#### Records for the task:
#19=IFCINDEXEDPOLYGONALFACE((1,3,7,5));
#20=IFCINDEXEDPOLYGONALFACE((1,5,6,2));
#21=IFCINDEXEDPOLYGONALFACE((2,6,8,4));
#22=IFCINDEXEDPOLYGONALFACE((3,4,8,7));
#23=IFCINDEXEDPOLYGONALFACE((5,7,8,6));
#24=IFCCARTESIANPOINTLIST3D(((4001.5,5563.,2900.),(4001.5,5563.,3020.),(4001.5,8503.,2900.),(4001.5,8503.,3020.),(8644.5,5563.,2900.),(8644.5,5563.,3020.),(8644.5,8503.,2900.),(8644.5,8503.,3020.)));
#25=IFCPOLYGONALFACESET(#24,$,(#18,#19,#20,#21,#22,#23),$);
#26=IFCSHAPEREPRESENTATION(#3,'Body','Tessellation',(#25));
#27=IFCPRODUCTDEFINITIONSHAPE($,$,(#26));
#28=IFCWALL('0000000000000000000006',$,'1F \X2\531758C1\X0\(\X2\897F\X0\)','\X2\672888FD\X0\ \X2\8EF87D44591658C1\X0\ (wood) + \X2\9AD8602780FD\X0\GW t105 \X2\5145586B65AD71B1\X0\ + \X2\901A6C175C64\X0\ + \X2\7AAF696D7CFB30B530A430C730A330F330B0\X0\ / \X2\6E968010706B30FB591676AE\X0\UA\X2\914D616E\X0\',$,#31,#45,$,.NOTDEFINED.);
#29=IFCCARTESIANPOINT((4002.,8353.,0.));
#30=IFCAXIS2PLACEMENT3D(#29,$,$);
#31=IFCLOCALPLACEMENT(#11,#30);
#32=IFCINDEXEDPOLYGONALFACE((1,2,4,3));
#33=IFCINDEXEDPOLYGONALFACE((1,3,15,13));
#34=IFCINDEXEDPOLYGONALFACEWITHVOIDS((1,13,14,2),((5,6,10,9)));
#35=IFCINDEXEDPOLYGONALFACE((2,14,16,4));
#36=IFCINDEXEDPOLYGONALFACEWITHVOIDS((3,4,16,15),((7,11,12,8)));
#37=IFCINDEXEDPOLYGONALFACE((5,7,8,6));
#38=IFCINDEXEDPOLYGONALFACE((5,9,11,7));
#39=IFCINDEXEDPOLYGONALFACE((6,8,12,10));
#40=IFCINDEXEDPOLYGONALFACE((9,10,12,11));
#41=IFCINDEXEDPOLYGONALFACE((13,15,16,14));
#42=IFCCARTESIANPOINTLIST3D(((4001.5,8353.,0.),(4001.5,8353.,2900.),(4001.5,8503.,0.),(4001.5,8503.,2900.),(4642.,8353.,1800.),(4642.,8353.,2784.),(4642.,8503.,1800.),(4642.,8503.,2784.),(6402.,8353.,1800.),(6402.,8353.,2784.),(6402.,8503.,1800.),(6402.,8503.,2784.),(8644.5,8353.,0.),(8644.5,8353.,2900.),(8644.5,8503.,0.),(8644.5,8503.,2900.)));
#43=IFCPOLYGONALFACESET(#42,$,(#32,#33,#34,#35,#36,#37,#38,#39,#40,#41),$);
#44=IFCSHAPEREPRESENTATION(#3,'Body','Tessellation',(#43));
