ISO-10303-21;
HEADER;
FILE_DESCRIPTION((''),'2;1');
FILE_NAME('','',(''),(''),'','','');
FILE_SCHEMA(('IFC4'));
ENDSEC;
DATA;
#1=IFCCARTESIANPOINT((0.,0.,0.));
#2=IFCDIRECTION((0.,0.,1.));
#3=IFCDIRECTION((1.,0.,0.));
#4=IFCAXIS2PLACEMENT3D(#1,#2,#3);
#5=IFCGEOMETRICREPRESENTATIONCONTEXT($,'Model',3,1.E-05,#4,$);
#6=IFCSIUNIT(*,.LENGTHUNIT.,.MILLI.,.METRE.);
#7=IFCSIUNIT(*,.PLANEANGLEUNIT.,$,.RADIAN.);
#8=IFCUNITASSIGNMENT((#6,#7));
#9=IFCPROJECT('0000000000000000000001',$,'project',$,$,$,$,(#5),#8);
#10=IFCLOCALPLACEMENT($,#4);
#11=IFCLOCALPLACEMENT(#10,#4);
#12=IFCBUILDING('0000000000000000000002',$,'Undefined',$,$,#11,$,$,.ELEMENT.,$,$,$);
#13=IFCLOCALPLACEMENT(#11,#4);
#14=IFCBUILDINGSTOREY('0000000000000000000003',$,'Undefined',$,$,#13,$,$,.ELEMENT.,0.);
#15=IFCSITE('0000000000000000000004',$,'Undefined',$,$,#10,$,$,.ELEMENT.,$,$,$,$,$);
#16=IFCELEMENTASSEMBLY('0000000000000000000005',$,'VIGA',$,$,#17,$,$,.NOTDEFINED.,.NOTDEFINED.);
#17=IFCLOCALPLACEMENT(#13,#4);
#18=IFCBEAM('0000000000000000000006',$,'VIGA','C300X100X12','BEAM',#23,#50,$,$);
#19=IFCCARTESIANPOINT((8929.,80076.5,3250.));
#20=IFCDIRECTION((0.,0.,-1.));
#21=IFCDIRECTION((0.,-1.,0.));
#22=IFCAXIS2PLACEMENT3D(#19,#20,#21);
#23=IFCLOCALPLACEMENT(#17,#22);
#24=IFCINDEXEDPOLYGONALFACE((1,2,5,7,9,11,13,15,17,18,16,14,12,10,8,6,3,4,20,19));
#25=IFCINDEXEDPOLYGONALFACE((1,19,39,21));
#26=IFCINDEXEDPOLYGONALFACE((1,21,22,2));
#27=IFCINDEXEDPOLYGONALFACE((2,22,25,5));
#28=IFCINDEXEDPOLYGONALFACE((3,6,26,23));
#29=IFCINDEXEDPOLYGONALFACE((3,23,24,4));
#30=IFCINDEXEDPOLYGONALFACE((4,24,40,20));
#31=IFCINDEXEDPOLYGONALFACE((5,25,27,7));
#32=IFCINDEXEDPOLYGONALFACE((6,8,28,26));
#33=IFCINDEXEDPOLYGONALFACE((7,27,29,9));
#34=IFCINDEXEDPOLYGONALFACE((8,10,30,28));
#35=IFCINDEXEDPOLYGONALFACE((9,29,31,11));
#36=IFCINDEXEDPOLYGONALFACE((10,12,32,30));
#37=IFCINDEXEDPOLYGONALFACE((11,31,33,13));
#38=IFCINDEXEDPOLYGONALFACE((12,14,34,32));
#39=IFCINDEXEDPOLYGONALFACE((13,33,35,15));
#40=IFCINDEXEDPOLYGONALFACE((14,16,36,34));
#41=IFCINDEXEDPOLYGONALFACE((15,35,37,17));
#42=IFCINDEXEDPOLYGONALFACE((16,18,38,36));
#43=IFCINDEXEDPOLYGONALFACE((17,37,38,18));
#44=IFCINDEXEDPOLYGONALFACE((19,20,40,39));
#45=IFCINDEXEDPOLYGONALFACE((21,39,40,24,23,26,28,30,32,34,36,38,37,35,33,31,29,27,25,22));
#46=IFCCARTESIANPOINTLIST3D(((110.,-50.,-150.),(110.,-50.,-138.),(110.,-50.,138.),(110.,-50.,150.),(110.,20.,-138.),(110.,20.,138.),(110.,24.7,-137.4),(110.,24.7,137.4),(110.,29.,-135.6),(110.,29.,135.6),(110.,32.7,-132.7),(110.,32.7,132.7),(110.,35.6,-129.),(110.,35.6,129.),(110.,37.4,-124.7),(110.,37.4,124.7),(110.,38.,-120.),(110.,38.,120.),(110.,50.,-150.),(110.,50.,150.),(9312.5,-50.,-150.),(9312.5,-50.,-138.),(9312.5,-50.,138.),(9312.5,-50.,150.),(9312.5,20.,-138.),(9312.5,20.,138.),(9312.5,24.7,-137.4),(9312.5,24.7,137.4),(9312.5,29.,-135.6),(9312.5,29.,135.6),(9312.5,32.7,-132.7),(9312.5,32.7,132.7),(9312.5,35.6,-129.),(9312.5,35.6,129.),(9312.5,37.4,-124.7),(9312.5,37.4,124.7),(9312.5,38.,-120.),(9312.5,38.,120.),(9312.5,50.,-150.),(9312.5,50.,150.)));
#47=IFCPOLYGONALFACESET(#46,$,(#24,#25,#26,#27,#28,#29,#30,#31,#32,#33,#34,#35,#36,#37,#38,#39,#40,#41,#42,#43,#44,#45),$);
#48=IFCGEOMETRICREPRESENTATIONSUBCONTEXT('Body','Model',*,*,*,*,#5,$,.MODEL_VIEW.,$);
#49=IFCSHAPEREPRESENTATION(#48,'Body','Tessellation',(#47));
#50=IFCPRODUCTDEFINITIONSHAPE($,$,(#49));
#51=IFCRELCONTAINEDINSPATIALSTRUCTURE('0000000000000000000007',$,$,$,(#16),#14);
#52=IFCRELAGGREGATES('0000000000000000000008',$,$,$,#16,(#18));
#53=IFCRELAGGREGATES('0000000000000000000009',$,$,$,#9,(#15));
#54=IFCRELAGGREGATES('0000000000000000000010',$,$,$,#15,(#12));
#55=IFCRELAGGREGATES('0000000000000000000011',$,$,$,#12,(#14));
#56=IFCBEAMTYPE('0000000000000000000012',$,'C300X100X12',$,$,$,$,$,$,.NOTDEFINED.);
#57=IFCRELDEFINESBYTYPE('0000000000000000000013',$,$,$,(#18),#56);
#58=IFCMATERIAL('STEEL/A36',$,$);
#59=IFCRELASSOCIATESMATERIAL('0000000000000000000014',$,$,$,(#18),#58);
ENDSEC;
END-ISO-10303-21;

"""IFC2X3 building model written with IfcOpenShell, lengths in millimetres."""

from ifc_helpers import new_model, si_unit, frame, origin_with_axes, origin_2d_with_axis, place, context, subcontext, project, spatial, u_section, extrude, clip, halfspace, material, type_object, element, aggregate, save


model = new_model("IFC2X3")

# Units and contexts
model_context = context("Model", 3, precision=1e-05, world=origin_with_axes())
body_context = subcontext(model_context, "Body", "Model", "MODEL_VIEW")
ifc_project = project(units=[si_unit("LENGTHUNIT", "METRE", prefix="MILLI"), si_unit("PLANEANGLEUNIT", "RADIAN")], contexts=[model_context])

# Site, building, storey
site_placement = place(None, origin_with_axes())
site = spatial("IfcSite", under=ifc_project, at=site_placement, Name="Undefined", CompositionType="ELEMENT")
building_placement = place(site_placement, origin_with_axes())
building = spatial("IfcBuilding", under=site, at=building_placement, Name="Undefined", CompositionType="ELEMENT")
storey_placement = place(building_placement, origin_with_axes())
storey = spatial("IfcBuildingStorey", under=building, at=storey_placement, Name="Undefined", CompositionType="ELEMENT", Elevation=0.0)

# Shared definitions
ifc_material_1 = material(Name="STEEL/A36")

# Element assembly, beam
assembly_1_placement = place(storey_placement, origin_with_axes())
assembly_1 = element("IfcElementAssembly", 1, at=assembly_1_placement, inside=storey, Name="VIGA", AssemblyPlace="NOTDEFINED", PredefinedType="NOTDEFINED")
beam_type_1 = type_object("IfcBeamType", Name="C300X100X12", PredefinedType="NOTDEFINED")
beam_1_placement = place(assembly_1_placement, frame((8929.0, 80076.5, 3250.0), z_axis=(0.0, 0.0, -1.0), x_axis=(0.0, -1.0, 0.0)))
beam_1 = element("IfcBeam", 2, at=beam_1_placement, type_object=beam_type_1, material=ifc_material_1, Name="VIGA", Description="C300X100X12", ObjectType="BEAM", context=body_context, shape_type="Clipping", body=[
    clip(extrude(u_section(Depth=300.0, FlangeWidth=100.0, WebThickness=12.0, FlangeThickness=12.0, FilletRadius=18.0, at=origin_2d_with_axis()), frame((9312.5, 0.0, 0.0), z_axis=(-1.0, 0.0, 0.0), x_axis=(0.0, -1.0, 0.0)), (0.0, 0.0, 1.0), 9312.5), halfspace(frame((110.0, 0.0, -250.0), z_axis=(-1.0, 0.0, 0.0), x_axis=(0.0, 1.0, 0.0)), False)),
])

aggregate(assembly_1, [beam_1])

save(model, "model.ifc")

#### Work task:
A single number is the answer: the number of lines in the entries that contain "IFCPRODUCTDEFINITIONSHAPE".

#### Solved exercise:
2